Practical Applications

The derivative of sin(x) isn't just a theoretical concept. It has numerous applications in physics, engineering, and mathematics. For instance, in physics, it's used to describe simple harmonic motion, such as the motion of a pendulum or a mass on a spring. In signal processing, it's used to analyze and manipulate sinusoidal signals.
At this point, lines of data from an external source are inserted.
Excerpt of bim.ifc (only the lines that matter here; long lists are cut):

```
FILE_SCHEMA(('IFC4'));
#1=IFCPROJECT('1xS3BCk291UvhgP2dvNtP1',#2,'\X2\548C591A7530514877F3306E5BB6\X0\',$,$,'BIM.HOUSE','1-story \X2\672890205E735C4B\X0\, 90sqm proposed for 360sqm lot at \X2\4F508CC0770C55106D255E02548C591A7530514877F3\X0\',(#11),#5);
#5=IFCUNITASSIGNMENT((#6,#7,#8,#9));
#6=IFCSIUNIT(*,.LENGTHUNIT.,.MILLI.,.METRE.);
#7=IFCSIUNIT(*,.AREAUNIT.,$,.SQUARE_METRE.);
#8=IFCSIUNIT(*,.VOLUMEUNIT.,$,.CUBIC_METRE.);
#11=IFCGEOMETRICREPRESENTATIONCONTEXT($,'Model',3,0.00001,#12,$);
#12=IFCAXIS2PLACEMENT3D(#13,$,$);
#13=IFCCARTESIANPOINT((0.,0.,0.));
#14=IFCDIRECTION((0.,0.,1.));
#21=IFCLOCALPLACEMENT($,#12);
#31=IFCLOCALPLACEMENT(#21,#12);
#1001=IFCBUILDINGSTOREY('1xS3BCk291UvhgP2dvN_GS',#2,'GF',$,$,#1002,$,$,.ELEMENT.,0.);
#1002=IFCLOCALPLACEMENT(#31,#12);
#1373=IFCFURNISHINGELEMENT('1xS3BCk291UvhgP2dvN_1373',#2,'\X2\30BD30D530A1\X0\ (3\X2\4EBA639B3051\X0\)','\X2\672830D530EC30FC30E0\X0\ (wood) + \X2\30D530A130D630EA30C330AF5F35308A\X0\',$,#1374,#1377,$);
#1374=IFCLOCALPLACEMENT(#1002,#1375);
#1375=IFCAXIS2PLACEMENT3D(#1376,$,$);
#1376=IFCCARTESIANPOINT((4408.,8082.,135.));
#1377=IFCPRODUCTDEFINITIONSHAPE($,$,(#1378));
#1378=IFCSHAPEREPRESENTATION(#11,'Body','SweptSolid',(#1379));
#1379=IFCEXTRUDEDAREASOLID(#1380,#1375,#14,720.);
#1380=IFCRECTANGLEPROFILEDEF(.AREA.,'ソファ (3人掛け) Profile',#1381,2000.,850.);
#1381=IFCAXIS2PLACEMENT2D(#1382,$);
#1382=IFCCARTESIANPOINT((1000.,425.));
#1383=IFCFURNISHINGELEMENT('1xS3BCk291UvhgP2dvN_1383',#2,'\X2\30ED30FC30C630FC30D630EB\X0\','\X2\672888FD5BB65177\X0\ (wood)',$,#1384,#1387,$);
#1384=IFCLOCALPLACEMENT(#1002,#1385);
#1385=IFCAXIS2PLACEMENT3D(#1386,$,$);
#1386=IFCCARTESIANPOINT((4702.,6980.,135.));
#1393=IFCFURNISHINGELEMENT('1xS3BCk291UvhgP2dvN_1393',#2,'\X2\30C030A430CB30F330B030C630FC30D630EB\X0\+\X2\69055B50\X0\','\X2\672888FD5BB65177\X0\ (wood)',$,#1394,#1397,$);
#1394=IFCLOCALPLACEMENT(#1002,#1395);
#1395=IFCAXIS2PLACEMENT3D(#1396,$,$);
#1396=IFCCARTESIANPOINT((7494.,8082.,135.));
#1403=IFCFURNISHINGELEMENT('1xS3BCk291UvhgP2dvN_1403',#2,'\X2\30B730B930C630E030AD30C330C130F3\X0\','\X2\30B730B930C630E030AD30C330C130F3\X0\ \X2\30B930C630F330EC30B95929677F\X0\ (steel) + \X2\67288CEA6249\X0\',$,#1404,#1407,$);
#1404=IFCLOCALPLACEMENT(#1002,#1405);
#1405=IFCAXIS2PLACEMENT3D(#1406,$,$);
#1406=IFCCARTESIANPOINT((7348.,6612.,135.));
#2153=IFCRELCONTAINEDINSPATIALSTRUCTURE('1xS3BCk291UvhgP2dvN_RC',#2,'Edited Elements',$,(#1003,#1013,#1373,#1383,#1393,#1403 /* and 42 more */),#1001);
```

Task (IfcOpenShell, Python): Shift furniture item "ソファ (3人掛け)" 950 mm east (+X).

```python
import ifcopenshell
import ifcopenshell.api.geometry
import ifcopenshell.util.placement
import ifcopenshell.util.unit

model = ifcopenshell.open("bim.ifc")
unit_scale = ifcopenshell.util.unit.calculate_unit_scale(model)

item = model.by_guid("1xS3BCk291UvhgP2dvN_1373")
matrix = ifcopenshell.util.placement.get_local_placement(item.ObjectPlacement)
matrix[0, 3] += 0.95 / unit_scale
ifcopenshell.api.geometry.edit_object_placement(model, product=item, matrix=matrix, is_si=False)

print(ifcopenshell.util.placement.get_local_placement(item.ObjectPlacement).round(3) + 0.0)

model.write("bim-out.ifc")
```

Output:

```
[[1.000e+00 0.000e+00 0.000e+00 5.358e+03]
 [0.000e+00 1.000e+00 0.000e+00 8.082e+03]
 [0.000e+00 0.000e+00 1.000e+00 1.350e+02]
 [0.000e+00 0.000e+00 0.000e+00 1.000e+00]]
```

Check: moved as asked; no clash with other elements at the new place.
Common Questions and Misconceptions

• Why is the limit definition necessary? The limit definition provides a rigorous foundation for calculating derivatives. It allows us to find the instantaneous rate of change, which is crucial for many applications.
• Can I just memorize the derivative? While memorization can be helpful, understanding the derivation provides a deeper understanding of the concept and allows you to apply it in various contexts.
• What if x is in degrees? If x is in degrees, you need to convert it to radians before applying the derivative. The derivative of sin(x) is cos(x) only when x is in radians.
• Is there a simpler way to think about this? Visualizing the graphs of sin(x) and cos(x) and understanding their relationship can make the concept more intuitive.

Conclusion

Proving the derivative of sin(x) is a rewarding exercise that reinforces the core principles of calculus. Whether using the limit definition, geometric arguments, or Euler's formula, each approach provides a unique perspective on this fundamental concept. By understanding this derivative, you unlock a deeper understanding of calculus and its applications in various fields. The journey from the limit definition to the final result, d/dx [sin(x)] = cos(x), is a testament to the elegance and power of mathematical reasoning.